3. Generate Client Secret

Next, we will need to create a Client Secret for the Registration to connect it to Moveworks.

  1. Navigate to the App you created above -> Certifications & secrets


  2. Click on New client secret button. This will open a panel on the right side.


  3. Set the description and expiry of this credential based on your org’s policy and click on Add.

  4. This will create a new entry on the Client secrets table

  5. Make sure to copy the secret present in the Value column and store it in a secure location.

    Note: Once you create the Secret, make sure to save it right now as it cannot be recovered later.


  6. Go back to the Overview page, to capture the following details:

    1. Directory (tenant) ID
    2. Application (client) ID


You have now completed all required steps to create a new Enterprise Application and generate the requisite credentials to setup a connector within Moveworks Setup for enabling Live Search.

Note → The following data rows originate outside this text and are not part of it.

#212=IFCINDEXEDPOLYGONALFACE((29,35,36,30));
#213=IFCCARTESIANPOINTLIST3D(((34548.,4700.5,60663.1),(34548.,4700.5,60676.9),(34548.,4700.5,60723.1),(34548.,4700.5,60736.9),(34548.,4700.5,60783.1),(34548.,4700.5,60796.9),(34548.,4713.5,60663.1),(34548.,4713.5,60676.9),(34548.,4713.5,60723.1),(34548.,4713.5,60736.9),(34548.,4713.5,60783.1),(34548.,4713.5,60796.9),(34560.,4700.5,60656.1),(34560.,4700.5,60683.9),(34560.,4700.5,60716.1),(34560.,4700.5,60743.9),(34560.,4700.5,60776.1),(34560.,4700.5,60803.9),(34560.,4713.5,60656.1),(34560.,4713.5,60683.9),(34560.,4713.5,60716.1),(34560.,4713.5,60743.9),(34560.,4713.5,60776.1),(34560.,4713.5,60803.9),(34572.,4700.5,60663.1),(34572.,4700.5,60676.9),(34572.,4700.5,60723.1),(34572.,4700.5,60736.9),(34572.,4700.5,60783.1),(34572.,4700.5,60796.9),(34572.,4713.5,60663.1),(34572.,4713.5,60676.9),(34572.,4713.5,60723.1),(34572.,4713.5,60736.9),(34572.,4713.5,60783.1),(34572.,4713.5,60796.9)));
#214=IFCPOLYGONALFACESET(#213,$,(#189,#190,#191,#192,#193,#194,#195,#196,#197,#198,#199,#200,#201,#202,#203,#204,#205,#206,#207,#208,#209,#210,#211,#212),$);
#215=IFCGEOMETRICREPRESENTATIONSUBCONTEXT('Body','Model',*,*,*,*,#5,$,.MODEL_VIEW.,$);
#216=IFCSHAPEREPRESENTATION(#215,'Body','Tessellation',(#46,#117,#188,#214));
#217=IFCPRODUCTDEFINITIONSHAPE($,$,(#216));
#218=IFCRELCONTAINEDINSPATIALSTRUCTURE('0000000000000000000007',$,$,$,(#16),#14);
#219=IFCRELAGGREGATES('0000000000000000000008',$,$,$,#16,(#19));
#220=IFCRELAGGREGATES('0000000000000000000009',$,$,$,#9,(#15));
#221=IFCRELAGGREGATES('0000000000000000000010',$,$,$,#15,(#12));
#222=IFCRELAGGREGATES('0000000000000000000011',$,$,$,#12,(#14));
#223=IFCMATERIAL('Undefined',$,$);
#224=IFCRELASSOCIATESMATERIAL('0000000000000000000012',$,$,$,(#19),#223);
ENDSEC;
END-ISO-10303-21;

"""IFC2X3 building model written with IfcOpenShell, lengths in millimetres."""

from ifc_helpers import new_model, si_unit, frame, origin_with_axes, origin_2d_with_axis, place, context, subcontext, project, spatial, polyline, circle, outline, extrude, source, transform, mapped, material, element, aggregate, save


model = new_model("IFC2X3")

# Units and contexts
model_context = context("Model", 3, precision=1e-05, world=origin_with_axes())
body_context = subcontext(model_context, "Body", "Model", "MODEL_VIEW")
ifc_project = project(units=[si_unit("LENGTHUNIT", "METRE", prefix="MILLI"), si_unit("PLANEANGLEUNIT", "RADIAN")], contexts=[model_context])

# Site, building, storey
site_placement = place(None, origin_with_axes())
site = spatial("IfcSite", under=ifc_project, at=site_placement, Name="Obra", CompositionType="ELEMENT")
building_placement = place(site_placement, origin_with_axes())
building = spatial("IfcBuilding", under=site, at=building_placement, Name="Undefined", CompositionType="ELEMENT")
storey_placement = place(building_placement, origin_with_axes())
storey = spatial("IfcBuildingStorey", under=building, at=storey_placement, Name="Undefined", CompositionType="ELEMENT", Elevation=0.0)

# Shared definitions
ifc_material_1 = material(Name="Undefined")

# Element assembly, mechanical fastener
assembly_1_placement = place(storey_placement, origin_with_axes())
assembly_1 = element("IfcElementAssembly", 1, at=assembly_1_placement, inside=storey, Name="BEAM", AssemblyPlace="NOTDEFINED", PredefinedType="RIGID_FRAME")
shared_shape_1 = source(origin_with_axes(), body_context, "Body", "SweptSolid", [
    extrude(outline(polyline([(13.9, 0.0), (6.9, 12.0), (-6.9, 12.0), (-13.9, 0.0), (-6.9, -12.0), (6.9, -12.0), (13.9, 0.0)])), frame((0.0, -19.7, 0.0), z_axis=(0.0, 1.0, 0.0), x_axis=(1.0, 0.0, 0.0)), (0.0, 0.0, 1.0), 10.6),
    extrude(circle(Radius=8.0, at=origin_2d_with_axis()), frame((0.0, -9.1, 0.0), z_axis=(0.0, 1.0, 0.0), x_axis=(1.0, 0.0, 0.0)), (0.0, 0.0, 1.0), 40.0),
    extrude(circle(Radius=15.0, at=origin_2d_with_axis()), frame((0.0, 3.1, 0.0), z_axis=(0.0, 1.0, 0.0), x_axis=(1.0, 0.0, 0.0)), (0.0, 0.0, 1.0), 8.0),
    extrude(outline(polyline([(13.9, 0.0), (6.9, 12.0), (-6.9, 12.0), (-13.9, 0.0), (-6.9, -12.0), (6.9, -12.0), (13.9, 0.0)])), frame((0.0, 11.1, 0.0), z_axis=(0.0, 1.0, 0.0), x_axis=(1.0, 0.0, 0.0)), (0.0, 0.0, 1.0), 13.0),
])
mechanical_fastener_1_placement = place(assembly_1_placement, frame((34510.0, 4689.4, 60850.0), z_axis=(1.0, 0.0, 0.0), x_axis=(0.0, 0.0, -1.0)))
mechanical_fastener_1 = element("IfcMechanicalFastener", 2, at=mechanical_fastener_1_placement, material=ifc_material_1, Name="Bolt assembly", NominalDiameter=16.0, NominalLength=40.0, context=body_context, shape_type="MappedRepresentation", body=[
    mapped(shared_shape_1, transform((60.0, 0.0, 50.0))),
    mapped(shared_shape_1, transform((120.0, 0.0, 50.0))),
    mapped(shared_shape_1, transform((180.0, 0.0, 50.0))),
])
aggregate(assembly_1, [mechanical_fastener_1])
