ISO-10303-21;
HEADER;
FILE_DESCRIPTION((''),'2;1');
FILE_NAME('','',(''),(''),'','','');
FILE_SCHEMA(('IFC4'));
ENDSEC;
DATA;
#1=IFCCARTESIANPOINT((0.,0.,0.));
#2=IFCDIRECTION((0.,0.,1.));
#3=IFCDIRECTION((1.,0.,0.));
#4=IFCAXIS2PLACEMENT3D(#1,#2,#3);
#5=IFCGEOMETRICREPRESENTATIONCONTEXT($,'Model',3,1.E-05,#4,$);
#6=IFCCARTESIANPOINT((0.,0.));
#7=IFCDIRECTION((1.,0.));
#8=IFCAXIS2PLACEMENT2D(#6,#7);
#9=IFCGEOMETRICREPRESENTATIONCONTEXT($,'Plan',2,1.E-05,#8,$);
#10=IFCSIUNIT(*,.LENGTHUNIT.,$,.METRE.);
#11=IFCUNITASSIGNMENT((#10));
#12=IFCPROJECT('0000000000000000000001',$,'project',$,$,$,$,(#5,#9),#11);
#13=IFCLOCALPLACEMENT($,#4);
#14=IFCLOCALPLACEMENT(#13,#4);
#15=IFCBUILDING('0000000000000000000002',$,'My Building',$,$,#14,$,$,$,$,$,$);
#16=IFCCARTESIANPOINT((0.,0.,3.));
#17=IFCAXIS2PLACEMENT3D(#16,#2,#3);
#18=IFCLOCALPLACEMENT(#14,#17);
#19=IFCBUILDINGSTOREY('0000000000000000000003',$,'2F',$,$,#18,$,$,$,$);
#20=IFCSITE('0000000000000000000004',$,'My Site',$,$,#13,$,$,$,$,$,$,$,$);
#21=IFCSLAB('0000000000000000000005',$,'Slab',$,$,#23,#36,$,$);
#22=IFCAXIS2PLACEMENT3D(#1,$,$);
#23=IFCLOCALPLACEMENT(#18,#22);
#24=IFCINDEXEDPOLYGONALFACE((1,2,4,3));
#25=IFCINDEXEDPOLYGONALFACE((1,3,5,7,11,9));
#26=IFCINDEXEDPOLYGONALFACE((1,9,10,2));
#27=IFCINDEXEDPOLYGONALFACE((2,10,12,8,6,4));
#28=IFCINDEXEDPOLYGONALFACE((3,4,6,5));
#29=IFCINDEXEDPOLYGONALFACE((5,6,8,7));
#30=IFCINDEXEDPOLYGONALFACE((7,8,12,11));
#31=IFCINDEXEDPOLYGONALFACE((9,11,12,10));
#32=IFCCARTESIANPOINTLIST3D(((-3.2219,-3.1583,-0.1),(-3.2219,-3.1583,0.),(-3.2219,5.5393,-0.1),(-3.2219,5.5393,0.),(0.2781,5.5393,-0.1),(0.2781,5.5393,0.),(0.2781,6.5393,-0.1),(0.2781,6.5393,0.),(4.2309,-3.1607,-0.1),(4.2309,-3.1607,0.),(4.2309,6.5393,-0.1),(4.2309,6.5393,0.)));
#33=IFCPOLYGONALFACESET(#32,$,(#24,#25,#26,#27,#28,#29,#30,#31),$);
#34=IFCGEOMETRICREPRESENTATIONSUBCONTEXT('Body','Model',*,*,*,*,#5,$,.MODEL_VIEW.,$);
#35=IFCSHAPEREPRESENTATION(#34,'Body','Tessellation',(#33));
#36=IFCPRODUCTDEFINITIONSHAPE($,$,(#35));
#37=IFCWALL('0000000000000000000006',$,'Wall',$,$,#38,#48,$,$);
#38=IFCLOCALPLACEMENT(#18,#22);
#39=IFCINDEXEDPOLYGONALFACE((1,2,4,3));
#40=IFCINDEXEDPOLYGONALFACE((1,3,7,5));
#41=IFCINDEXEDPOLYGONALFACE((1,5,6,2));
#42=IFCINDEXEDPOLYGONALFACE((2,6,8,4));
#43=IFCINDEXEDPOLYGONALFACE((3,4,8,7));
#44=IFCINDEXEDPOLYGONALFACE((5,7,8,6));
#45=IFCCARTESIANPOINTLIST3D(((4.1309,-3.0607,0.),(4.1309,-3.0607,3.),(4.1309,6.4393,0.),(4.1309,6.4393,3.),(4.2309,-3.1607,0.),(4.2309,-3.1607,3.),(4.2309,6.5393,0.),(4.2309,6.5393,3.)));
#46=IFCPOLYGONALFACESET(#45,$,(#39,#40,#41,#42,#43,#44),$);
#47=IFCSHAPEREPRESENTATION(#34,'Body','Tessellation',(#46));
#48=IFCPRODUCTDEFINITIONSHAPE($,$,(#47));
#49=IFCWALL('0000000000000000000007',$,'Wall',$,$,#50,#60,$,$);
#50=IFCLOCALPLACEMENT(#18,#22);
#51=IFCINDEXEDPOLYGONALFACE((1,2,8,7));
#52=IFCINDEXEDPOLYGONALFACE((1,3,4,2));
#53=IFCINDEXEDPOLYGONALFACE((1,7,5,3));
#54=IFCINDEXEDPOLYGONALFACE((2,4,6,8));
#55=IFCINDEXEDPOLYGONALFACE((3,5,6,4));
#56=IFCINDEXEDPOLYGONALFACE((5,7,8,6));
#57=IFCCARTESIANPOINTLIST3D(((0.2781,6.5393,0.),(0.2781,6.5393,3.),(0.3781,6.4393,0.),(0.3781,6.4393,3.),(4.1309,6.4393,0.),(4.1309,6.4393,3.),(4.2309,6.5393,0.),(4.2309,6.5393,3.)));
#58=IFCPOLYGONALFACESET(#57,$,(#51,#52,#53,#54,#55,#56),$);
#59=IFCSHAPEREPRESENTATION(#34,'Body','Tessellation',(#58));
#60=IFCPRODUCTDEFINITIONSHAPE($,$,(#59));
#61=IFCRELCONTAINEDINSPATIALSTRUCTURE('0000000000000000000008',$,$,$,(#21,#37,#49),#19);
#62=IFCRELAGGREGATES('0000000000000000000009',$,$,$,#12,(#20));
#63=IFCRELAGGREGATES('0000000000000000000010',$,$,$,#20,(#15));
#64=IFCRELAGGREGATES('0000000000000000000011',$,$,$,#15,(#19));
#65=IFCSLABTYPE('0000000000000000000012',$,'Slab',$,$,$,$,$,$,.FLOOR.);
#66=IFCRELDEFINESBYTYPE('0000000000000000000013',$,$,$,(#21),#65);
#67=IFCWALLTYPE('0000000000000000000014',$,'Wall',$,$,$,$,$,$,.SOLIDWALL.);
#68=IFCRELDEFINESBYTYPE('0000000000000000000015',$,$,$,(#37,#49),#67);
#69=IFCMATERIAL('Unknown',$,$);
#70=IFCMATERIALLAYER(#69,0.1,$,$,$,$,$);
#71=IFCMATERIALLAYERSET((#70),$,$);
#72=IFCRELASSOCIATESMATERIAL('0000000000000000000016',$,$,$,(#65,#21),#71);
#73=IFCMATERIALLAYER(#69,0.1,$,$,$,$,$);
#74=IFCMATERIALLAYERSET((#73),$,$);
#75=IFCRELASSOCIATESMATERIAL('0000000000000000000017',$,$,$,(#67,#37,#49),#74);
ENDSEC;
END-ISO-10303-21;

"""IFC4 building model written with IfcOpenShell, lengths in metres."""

from ifc_helpers import new_model, si_unit, frame, origin_with_axes, origin_2d_with_axis, place, context, subcontext, project, spatial, line, indexed_curve, outline, extrude, material, layer, layer_set, layer_usage, type_object, element, save


model = new_model("IFC4")

# Units and contexts
model_context = context("Model", 3, precision=1e-05, world=origin_with_axes())
plan_context = context("Plan", 2, precision=1e-05, world=origin_2d_with_axis())
body_context_1 = subcontext(model_context, "Body", "Model", "MODEL_VIEW")
ifc_project = project(units=[si_unit("LENGTHUNIT", "METRE")], contexts=[model_context, plan_context])

# Site, building, storey
site_placement = place(None, origin_with_axes())
site = spatial("IfcSite", under=ifc_project, at=site_placement, Name="My Site")
building_placement = place(site_placement, origin_with_axes())
building = spatial("IfcBuilding", under=site, at=building_placement, Name="My Building")
storey_placement = place(building_placement, frame((0.0, 0.0, 3.0), z_axis=(0.0, 0.0, 1.0), x_axis=(1.0, 0.0, 0.0)))
storey = spatial("IfcBuildingStorey", under=building, at=storey_placement, Name="2F")

# Slab
ifc_material = material(Name="Unknown")
ifc_layer_1 = layer(ifc_material, 0.1)
ifc_layer_set_1 = layer_set([ifc_layer_1])
ifc_layer_usage_1 = layer_usage(ifc_layer_set_1, "AXIS3", "POSITIVE", -0.1)
slab_type = type_object("IfcSlabType", Name="Slab", PredefinedType="FLOOR", material=ifc_layer_set_1)
slab_placement = place(storey_placement, frame((-3.2219, -3.1583, 0.0), z_axis=(0.0, 0.0, 1.0), x_axis=(1.0, 0.0, 0.0)))
element("IfcSlab", 1, at=slab_placement, inside=storey, type_object=slab_type, material=ifc_layer_usage_1, Name="Slab", context=body_context_1, shape_type="SweptSolid", body=[
    extrude(outline(indexed_curve([(0.0, 0.0), (0.0, 8.6976), (3.5, 8.6976), (3.5, 9.6976), (7.4528, 9.6976), (7.4528, -0.0024), (0.0, 0.0)])), frame((0.0, 0.0, -0.1), z_axis=(0.0, 0.0, 1.0), x_axis=(1.0, 0.0, 0.0)), (0.0, 0.0, 1.0), 0.1),
])

# Walls
ifc_layer_2 = layer(ifc_material, 0.1)
ifc_layer_set_2 = layer_set([ifc_layer_2])
ifc_layer_usage_2 = layer_usage(ifc_layer_set_2, "AXIS2", "POSITIVE", 0.0)
wall_type = type_object("IfcWallType", Name="Wall", PredefinedType="SOLIDWALL", material=ifc_layer_set_2)
wall_1_placement = place(storey_placement, frame((4.2309, -3.1607, 0.0), z_axis=(0.0, 0.0, 1.0), x_axis=(0.0, 1.0, 0.0)))
element("IfcWall", 2, at=wall_1_placement, inside=storey, type_object=wall_type, material=ifc_layer_usage_2, Name="Wall", context=body_context_1, shape_type="SweptSolid", body=[
    extrude(outline(indexed_curve([(0.0, 0.0), (0.1, 0.1), (9.6, 0.1), (9.7, 0.0)], segments=[line(1, 2, 3, 4, 1)])), origin_with_axes(), (0.0, 0.0, 1.0), 3.0),
])
ifc_layer_usage_3 = layer_usage(ifc_layer_set_2, "AXIS2", "POSITIVE", 0.0)
wall_2_placement = place(storey_placement, frame((4.2309, 6.5393, 0.0), z_axis=(0.0, 0.0, 1.0), x_axis=(-1.0, 0.0, 0.0)))
element("IfcWall", 3, at=wall_2_placement, inside=storey, type_object=wall_type, material=ifc_layer_usage_3, Name="Wall", context=body_context_1, shape_type="SweptSolid", body=[
    extrude(outline(indexed_curve([(0.0, 0.0), (0.1, 0.1), (3.8528, 0.1), (3.9528, 0.0)], segments=[line(1, 2, 3, 4, 1)])), origin_with_axes(), (0.0, 0.0, 1.0), 3.0),
])

save(model, "model.ifc")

You should have the following details with you now:

  • Application (client) ID
  • Directory (tenant) ID
  • Client Secret

Creating a new HTTP Connector in Moveworks Setup

Within Moveworks Setup, we need to create a new HTTP Connector to enable the connection, with the details from the previous step.

  1. Head over to Moveworks Setup > Core Platform > Connectors > HTTP Connectors

  2. Click on the Create button to create a new HTTP Connector


  3. On this page, setup your Live Search connector based on the following parameters:

    1. Connector Name: enterprise_search_sharepoint_online

    2. Base URL — https://graph.microsoft.com/

    3. Auth Config — Oauth2

    4. Oauth2 Grant Type — Authorization Code Grant

    5. Authorization URL — https://login.microsoftonline.com/TENANT-ID-GOES-HERE/oauth2/v2.0/authorize. Replace the tenant ID with the Directory (tenant) ID from the previous step

    6. Client ID — The Application (client) ID from previous step

    7. Client Secret — The Client Secret from previous step

    8. Authorization Code Grant Scope — offline_access User.Read Files.Read.All Sites.Read.All

    9. Authorization Request Query Parameters

      1. response_mode | query


    10. Lower on the connection configuration, add the token URL with the appropriate authentication type:

    11. Oauth2 Token URL — https://login.microsoftonline.com/TENANT-ID-GOES-HERE/oauth2/v2.0/token

    12. Oauth2 Client Authentication — OAuth 2.0 with Request Body


Once this connector is saved, please notify the Moveworks team. We’ll complete the remaining Live Search configuration and validate SharePoint & OneDrive search end-to-end.